他當然明白這份被動過手腳的名單意味著什麼。
第一期進修班的三十個名額,全是從全國各地軍工廠抽調來的核心骨幹,這是國家重工業未來的火種!
一旦被人在最核心的課堂裡安插了敵特,這無異於拉著整個共和國的工業底盤在火藥桶上跳舞。
“嬌嬌,既然你懷疑這三個人有問題,”
林鴻生壓低聲音,一連串的逼問透著毫不掩飾的殺機,
“那他們費這麼大周折,由部裡的內鬼親自洗白履歷塞進來,圖什麼?衝你來的?想刺殺你這個總工?”
“刺殺我?”
林嬌玥指尖在名單那三個刺眼的紅圈上輕輕劃過,嘴角的弧度帶著幾分嘲弄與狂傲。
“爹,您把這幫蟄伏的耗子想得太簡單了。如果只是為了殺我,在衚衕口放冷槍、或者在火車上動手,都比混進全是高階安保的進修班要容易得多。”
她頓了頓,深邃的目光靜靜落在桌面上那幾本厚重的《鑄造》和《熱處理》標準手冊上。
“一旦這批人進了進修班,他們能接觸到的,就不只是我林嬌玥這個人了。”
林嬌玥的聲音慢了下來,透著一種洞穿一切的理智與冷酷,
“他們能看到我們的核心引數、看到最新的實驗流程、摸到最精密的儀器使用記錄。如果我是藏在暗處的敵特,比起冒險刺殺一個專家,我更願意往這個最高級別的培訓班裡,塞進一雙眼睛,和一雙手。
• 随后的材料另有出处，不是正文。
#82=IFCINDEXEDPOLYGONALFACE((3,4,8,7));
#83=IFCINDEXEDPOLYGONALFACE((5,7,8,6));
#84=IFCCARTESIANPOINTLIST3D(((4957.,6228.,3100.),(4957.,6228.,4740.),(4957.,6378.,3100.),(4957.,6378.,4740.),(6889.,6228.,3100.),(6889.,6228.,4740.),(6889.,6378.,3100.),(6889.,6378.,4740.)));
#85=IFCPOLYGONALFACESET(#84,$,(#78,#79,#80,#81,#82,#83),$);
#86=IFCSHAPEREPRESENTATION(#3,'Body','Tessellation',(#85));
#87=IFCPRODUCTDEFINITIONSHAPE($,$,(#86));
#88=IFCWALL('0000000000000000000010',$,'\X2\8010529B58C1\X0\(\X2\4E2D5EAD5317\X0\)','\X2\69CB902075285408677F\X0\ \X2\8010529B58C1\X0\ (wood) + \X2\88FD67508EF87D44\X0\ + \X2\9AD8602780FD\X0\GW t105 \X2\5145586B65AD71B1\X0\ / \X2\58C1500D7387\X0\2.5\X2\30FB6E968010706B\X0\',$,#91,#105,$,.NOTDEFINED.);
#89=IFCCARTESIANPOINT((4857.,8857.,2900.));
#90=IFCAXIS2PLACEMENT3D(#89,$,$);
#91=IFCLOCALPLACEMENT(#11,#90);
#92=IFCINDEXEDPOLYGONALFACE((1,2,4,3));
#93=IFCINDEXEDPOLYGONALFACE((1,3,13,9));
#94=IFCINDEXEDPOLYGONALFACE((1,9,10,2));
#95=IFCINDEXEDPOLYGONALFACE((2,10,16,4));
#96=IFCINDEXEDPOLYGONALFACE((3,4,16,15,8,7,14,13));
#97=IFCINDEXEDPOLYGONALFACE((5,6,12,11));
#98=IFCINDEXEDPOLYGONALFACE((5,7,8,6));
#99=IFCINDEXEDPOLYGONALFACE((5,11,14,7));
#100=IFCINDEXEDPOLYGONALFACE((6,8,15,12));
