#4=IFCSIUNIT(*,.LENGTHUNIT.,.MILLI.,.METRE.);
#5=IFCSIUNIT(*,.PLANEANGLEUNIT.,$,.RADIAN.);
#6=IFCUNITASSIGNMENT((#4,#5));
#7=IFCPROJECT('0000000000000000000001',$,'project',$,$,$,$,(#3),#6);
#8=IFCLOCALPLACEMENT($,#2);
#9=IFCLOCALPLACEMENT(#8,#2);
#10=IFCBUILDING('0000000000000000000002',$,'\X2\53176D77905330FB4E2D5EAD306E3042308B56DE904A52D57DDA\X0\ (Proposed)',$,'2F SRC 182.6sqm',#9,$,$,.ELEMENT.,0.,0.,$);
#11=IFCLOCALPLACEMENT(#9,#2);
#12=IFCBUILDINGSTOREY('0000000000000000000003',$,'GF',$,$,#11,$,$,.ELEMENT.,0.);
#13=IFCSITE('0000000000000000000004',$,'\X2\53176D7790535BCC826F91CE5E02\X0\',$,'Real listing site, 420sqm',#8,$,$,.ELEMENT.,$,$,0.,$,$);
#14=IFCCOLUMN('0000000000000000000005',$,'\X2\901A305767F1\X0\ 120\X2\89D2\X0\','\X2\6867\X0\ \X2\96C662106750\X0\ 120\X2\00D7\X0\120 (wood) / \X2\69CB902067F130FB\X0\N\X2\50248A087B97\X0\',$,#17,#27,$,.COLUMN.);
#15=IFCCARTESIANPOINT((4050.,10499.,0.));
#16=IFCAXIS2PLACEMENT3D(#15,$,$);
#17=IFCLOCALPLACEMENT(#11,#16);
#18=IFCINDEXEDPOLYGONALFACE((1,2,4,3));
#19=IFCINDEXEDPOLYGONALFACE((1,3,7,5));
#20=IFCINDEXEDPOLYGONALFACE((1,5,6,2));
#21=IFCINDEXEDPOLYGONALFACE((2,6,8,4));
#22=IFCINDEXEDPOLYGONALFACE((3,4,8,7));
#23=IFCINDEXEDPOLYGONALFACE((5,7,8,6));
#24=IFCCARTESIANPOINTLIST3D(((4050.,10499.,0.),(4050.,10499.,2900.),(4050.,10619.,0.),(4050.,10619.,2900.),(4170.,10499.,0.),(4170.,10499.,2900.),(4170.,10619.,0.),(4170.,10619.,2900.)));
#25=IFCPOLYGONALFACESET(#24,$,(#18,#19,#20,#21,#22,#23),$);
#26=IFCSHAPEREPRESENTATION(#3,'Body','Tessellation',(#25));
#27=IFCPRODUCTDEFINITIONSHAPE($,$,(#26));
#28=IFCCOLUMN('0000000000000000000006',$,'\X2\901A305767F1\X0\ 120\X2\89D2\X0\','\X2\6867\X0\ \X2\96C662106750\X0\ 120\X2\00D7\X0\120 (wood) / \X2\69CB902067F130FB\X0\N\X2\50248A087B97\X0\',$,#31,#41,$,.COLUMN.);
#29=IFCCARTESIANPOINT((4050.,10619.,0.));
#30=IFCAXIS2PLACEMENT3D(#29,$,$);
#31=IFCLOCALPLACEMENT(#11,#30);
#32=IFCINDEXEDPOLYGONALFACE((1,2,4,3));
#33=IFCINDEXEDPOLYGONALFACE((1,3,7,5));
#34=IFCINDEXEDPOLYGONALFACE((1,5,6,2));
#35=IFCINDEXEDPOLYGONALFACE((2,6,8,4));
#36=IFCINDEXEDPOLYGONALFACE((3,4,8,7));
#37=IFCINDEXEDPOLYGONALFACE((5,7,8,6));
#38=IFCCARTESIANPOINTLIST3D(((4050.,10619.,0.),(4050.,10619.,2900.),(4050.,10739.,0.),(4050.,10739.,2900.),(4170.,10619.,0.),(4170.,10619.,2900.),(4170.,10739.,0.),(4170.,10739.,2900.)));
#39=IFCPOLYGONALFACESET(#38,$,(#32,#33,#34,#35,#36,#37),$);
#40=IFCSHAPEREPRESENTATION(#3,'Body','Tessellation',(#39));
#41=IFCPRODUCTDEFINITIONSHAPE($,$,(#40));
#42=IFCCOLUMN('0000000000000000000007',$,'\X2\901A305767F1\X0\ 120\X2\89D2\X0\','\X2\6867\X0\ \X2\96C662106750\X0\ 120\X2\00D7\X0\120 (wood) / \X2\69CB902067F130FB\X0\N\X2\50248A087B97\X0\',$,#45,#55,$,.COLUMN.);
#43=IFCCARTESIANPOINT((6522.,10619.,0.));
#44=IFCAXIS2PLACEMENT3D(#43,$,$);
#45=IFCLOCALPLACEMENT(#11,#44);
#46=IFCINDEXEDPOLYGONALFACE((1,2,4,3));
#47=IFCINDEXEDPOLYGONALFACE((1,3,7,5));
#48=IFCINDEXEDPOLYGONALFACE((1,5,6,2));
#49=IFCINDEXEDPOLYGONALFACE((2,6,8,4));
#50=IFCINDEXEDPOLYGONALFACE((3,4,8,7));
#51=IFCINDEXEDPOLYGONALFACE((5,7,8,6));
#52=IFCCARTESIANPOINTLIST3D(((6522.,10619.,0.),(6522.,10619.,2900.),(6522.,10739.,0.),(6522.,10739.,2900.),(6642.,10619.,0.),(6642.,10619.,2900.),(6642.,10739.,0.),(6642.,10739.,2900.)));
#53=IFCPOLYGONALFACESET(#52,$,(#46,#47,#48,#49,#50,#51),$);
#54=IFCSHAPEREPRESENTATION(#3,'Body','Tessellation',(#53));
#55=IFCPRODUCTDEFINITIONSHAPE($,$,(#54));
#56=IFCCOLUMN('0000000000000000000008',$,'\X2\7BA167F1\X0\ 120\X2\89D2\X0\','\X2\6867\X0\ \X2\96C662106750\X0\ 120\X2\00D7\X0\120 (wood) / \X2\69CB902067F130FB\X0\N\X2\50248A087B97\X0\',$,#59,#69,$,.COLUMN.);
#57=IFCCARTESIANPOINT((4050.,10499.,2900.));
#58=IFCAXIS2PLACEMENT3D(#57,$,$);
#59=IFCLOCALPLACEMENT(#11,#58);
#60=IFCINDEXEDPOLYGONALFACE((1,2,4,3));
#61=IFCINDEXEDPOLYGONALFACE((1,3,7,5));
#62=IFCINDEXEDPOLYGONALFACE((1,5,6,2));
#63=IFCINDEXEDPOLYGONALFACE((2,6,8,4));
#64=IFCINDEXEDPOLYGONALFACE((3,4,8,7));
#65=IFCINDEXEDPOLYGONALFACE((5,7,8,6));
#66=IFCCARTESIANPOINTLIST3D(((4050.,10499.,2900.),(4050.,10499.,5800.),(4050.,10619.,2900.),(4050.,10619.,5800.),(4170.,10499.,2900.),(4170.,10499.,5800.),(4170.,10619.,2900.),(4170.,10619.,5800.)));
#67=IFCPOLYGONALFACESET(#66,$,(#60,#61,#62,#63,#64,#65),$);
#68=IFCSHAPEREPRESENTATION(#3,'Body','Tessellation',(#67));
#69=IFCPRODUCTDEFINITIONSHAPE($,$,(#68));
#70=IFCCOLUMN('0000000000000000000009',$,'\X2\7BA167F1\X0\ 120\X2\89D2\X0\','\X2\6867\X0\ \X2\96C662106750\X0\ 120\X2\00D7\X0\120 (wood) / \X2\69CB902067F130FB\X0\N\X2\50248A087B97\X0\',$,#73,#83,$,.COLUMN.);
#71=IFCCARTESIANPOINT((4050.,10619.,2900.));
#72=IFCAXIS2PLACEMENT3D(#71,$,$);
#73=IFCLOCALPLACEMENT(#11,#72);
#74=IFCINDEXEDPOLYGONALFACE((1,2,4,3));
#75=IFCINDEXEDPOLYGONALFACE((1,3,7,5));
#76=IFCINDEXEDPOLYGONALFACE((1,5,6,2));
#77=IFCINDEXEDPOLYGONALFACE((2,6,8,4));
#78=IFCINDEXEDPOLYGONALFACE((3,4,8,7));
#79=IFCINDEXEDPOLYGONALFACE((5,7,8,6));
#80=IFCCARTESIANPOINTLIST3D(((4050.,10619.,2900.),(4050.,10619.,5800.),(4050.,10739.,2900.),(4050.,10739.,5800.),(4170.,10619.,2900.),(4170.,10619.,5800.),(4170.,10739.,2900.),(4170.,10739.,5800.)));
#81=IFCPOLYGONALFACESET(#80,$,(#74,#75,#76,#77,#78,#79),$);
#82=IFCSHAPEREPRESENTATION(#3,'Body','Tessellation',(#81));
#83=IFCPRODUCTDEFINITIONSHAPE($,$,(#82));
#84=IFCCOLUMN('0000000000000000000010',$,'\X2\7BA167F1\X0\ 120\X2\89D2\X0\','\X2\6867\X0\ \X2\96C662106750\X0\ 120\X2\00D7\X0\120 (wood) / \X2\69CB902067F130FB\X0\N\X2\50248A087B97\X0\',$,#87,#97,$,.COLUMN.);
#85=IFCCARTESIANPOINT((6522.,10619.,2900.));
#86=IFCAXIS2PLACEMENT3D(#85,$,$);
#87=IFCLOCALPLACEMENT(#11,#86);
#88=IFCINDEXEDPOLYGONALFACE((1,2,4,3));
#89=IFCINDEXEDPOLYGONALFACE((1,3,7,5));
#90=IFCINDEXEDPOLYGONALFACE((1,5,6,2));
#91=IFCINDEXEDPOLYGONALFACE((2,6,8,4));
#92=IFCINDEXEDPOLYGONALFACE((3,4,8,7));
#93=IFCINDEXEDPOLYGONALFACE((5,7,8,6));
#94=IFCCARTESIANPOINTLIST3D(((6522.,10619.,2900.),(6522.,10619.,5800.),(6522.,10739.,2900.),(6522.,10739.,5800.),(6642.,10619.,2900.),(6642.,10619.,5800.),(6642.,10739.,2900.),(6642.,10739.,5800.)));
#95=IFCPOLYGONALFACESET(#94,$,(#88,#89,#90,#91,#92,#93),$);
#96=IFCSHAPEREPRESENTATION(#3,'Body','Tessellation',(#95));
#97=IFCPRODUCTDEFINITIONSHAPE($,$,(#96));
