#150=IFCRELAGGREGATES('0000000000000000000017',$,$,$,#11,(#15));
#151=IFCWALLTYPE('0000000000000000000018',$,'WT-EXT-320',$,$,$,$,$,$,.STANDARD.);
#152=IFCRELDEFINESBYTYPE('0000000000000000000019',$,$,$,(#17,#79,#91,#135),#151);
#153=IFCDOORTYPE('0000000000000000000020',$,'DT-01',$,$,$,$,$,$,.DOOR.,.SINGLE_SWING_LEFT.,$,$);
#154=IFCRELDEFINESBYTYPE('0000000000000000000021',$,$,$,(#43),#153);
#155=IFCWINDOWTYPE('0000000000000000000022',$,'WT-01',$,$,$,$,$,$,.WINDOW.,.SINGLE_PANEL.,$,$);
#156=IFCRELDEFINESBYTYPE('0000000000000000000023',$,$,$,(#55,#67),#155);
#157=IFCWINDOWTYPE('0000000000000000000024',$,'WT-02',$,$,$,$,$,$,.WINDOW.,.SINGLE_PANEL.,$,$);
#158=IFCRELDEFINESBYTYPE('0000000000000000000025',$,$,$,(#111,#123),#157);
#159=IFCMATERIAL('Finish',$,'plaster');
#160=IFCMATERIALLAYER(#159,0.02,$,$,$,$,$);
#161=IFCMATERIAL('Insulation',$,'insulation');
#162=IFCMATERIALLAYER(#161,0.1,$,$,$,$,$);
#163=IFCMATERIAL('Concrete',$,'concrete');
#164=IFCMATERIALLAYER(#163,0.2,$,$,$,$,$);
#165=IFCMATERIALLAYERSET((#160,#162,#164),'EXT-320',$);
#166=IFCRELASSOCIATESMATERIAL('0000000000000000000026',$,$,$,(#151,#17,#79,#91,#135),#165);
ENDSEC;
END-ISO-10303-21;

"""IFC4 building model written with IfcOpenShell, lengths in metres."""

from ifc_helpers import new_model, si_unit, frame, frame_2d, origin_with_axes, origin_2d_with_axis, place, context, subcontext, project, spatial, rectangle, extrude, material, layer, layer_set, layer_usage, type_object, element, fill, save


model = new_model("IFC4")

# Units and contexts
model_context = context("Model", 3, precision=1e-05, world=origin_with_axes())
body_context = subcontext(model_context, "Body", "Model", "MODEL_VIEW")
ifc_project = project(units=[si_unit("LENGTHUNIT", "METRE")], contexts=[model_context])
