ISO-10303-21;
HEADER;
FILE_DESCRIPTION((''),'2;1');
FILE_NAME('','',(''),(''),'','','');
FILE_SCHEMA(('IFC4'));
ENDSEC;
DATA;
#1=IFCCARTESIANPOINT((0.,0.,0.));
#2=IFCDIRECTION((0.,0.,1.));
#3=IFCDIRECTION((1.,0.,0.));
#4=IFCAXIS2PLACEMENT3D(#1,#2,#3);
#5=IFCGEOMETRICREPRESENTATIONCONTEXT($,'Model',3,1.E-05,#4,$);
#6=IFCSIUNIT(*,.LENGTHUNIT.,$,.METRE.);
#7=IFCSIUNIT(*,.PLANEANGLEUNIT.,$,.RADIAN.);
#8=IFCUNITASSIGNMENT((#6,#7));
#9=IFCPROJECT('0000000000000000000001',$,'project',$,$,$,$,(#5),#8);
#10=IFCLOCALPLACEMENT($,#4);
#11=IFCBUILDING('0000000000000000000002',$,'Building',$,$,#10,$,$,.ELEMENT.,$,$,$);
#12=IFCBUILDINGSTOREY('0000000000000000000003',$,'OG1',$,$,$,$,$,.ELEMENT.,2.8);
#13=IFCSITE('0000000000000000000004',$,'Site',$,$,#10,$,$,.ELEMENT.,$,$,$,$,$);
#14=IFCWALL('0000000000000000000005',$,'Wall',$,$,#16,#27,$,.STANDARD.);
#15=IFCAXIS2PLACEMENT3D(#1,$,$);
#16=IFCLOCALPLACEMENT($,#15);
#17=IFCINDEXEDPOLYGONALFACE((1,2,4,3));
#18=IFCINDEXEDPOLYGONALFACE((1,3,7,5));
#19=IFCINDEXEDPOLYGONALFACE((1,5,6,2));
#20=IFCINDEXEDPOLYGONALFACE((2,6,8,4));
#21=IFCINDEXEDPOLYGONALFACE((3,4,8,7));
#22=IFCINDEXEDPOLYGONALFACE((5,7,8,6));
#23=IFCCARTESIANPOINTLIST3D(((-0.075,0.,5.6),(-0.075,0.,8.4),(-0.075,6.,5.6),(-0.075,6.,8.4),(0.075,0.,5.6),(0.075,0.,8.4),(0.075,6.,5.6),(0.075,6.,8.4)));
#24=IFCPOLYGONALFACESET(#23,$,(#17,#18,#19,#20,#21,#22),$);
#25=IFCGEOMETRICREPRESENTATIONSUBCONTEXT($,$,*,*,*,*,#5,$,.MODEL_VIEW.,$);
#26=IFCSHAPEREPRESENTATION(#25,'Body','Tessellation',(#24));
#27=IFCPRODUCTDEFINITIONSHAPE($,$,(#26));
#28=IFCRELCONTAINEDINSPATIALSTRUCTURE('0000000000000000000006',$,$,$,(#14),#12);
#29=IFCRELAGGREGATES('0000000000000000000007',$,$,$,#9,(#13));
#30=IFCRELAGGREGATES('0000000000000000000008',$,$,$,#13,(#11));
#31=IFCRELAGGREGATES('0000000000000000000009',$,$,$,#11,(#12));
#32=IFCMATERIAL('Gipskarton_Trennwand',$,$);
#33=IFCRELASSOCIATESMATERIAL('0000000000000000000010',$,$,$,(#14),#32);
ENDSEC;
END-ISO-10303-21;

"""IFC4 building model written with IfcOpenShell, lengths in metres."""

from ifc_helpers import new_model, si_unit, frame, frame_2d, origin, origin_with_axes, place, context, subcontext, project, spatial, rectangle, extrude, material, element, save


model = new_model("IFC4")

# Units and contexts
model_context = context("Model", 3, precision=1e-05, world=origin_with_axes())
sub_context = subcontext(model_context, None, None, "MODEL_VIEW")
ifc_project = project(units=[si_unit("LENGTHUNIT", "METRE"), si_unit("PLANEANGLEUNIT", "RADIAN")], contexts=[model_context])

# Site, building, storey
placement_1 = place(None, origin_with_axes())
site = spatial("IfcSite", under=ifc_project, at=placement_1, Name="Site", CompositionType="ELEMENT")
building = spatial("IfcBuilding", under=site, at=placement_1, Name="Building", CompositionType="ELEMENT")
storey = spatial("IfcBuildingStorey", under=building, Name="OG1", CompositionType="ELEMENT", Elevation=2.8)

# Wall
ifc_material = material(Name="Gipskarton_Trennwand")
placement_2 = place(None, origin_with_axes())
placement_3 = place(placement_2, frame((0.0, 0.0, 2.8)))
wall_placement = place(placement_3, frame((0.0, 0.0, 2.8), x_axis=(0.0, 1.0, 0.0)))
element("IfcWall", 1, at=wall_placement, inside=storey, material=ifc_material, Name="Wall", PredefinedType="STANDARD", context=sub_context, shape_type="SweptSolid", body=[
    extrude(rectangle(XDim=6.0, YDim=0.15, at=frame_2d((3.0, 0.0))), origin(), (0.0, 0.0, 1.0), 2.8),
])

save(model, "model.ifc")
”
“眼睛,用來看懂我們的工業底牌。”
“手,用來抄走我們的核心圖紙。”
“必要的時候,這雙手還能用來毀掉整個實驗室,徹底掐斷這批即將被重新塑造的技術骨幹的命脈!”
屋裡安靜了一瞬。只有牆上的掛鐘在發出“滴答滴答”的聲響。
林鴻生越想越覺得脊背發涼,冷汗順著鬢角滲了出來:
“既然這麼兇險,那我們決不能坐以待斃!這事得立刻通報張局長和反間諜司,首接派人把這三個釘子拔了!”
“不能首接抓。”
林嬌玥端起桌上己經放溫的核桃露,輕輕抿了一口,冷靜得像個正在做數理推演的局外人。
“為什麼不抓?”林鴻生急了,“留著他們過年嗎?”
“第一,我們現在只有推測,沒有實質性的通敵證據;第二,現在拿人,一定會打草驚蛇。一旦我們動手拔了這幾根小釘子,部裡那條手握大權、給他們批條子的‘大魚’,立刻就會縮回深水區,把首尾處理得乾乾淨淨。”
林嬌玥雙手交叉墊在下巴上,眼底閃過一絲捕獵者般的寒芒。
“爹,您難道忘了我在張局長面前,為這個進修班立下的唯一鐵律了嗎?”
林鴻生一愣,腦子裡飛速閃過在兵工總局述職的畫面,脫口而出:
“實操考核!”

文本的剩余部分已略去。